-- Supplied material follows --

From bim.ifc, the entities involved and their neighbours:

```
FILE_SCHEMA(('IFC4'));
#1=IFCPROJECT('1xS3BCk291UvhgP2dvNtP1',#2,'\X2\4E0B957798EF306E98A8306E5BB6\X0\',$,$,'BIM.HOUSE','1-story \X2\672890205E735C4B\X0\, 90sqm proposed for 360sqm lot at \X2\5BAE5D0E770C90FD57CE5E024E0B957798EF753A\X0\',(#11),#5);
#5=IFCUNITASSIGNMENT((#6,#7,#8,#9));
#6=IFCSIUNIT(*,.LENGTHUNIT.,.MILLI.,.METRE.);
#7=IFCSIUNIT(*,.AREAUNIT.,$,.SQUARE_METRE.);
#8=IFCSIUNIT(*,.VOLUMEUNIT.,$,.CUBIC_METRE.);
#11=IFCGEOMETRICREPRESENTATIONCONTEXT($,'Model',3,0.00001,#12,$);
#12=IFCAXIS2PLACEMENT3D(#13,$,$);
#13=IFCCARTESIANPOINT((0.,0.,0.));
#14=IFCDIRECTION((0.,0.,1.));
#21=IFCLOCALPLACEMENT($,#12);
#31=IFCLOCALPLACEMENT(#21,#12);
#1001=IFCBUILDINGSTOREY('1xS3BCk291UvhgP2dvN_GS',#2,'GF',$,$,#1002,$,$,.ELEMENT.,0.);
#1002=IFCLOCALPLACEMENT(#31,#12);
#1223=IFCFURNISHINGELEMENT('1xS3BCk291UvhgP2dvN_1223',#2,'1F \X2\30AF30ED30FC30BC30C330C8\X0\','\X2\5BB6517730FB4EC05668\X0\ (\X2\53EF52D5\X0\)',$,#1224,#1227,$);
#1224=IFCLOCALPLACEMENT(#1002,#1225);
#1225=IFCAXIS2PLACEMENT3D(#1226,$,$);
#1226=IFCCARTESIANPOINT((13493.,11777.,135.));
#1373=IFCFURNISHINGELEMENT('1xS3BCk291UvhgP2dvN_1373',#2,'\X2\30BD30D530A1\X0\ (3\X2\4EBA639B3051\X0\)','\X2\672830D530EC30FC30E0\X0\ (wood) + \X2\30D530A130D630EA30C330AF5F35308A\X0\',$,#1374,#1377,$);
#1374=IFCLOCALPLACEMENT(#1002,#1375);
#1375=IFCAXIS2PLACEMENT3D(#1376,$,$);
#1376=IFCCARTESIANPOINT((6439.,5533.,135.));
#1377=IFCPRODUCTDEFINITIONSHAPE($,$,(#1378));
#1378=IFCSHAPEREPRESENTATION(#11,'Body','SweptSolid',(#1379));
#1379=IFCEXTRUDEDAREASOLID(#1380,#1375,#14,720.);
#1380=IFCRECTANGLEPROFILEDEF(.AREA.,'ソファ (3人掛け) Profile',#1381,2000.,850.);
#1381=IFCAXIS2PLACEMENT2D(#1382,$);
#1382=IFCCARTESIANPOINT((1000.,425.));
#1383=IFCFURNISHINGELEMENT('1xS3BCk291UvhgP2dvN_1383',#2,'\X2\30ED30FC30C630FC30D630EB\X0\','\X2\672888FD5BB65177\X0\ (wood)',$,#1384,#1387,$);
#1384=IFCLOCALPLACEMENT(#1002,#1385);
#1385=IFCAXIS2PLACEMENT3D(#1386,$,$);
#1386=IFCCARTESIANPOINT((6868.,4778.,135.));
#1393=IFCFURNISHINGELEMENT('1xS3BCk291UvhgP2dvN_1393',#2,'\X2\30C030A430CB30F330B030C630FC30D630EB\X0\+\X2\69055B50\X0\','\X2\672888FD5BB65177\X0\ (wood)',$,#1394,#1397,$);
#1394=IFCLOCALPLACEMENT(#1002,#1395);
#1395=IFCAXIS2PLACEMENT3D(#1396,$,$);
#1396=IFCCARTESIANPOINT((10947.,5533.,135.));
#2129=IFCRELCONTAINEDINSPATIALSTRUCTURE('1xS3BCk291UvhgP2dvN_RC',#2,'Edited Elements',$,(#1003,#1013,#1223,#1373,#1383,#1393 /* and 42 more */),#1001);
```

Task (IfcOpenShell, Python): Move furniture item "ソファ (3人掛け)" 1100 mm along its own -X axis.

```python
import ifcopenshell
import ifcopenshell.api.geometry
import ifcopenshell.util.placement
import ifcopenshell.util.unit

model = ifcopenshell.open("bim.ifc")
unit_scale = ifcopenshell.util.unit.calculate_unit_scale(model)

item = model.by_id(1373)
matrix = ifcopenshell.util.placement.get_local_placement(item.ObjectPlacement)
matrix[:3, 3] -= matrix[:3, 0] * 1.1 / unit_scale
ifcopenshell.api.geometry.edit_object_placement(model, product=item, matrix=matrix, is_si=False)

print(ifcopenshell.util.placement.get_local_placement(item.ObjectPlacement).round(3) + 0.0)

model.write("bim_updated.ifc")
```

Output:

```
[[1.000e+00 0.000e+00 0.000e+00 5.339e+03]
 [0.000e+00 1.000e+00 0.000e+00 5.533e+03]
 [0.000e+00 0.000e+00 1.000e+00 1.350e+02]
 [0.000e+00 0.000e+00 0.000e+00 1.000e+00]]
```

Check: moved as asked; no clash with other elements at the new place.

-- Supplied material concluded --

- [Required action]: With the string "IFCSIUNIT" as the key, filter the data above and show the lines that match.

- [Output of the exercise]:
#6=IFCSIUNIT(*,.LENGTHUNIT.,.MILLI.,.METRE.);
#7=IFCSIUNIT(*,.AREAUNIT.,$,.SQUARE_METRE.);
#8=IFCSIUNIT(*,.VOLUMEUNIT.,$,.CUBIC_METRE.);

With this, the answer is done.